■ Aim of the task:
Could you set down the lines below, from the one containing "#72=IFCSHAPEREPRESENTATION(#3,'Body','Tessellation',(#71));" through the final line, exactly as written?
[Data for this exercise — start]
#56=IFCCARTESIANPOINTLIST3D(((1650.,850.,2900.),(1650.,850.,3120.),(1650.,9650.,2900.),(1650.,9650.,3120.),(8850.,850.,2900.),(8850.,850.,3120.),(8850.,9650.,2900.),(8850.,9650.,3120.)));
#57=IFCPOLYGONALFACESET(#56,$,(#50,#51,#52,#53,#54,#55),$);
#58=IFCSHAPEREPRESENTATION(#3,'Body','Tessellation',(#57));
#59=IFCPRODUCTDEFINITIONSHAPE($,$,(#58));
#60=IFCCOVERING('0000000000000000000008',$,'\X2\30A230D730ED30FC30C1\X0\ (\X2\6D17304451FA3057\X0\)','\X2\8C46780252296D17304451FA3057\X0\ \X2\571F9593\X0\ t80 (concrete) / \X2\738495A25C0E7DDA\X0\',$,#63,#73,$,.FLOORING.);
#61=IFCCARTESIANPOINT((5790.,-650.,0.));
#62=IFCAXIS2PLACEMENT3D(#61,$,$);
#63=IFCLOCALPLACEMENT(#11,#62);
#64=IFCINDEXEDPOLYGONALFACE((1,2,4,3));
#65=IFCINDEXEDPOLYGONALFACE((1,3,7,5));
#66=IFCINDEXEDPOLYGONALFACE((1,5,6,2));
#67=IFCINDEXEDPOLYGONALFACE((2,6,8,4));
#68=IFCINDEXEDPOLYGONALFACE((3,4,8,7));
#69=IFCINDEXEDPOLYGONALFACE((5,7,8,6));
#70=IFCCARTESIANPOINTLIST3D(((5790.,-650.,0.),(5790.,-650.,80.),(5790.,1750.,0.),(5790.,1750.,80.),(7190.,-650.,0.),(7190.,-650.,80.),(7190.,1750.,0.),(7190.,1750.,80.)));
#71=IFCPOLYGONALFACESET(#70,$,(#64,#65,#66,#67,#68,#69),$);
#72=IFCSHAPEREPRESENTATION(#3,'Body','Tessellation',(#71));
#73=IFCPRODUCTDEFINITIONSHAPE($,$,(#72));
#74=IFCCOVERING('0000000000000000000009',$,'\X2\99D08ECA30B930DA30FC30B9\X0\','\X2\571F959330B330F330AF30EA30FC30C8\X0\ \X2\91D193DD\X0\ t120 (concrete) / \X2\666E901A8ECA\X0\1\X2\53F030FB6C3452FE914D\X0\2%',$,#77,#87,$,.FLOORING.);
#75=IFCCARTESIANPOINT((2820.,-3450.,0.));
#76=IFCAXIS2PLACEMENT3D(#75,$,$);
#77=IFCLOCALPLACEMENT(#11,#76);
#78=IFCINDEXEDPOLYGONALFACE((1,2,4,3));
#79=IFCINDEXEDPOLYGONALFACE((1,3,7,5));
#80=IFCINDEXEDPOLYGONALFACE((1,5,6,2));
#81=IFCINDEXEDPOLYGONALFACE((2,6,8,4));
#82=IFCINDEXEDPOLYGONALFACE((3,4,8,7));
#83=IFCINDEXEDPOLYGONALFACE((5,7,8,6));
[Data for this exercise — finish]
■ The completed task:
#72=IFCSHAPEREPRESENTATION(#3,'Body','Tessellation',(#71));
#73=IFCPRODUCTDEFINITIONSHAPE($,$,(#72));
#74=IFCCOVERING('0000000000000000000009',$,'\X2\99D08ECA30B930DA30FC30B9\X0\','\X2\571F959330B330F330AF30EA30FC30C8\X0\ \X2\91D193DD\X0\ t120 (concrete) / \X2\666E901A8ECA\X0\1\X2\53F030FB6C3452FE914D\X0\2%',$,#77,#87,$,.FLOORING.);
#75=IFCCARTESIANPOINT((2820.,-3450.,0.));
#76=IFCAXIS2PLACEMENT3D(#75,$,$);
#77=IFCLOCALPLACEMENT(#11,#76);
#78=IFCINDEXEDPOLYGONALFACE((1,2,4,3));
#79=IFCINDEXEDPOLYGONALFACE((1,3,7,5));
#80=IFCINDEXEDPOLYGONALFACE((1,5,6,2));
#81=IFCINDEXEDPOLYGONALFACE((2,6,8,4));
#82=IFCINDEXEDPOLYGONALFACE((3,4,8,7));
#83=IFCINDEXEDPOLYGONALFACE((5,7,8,6));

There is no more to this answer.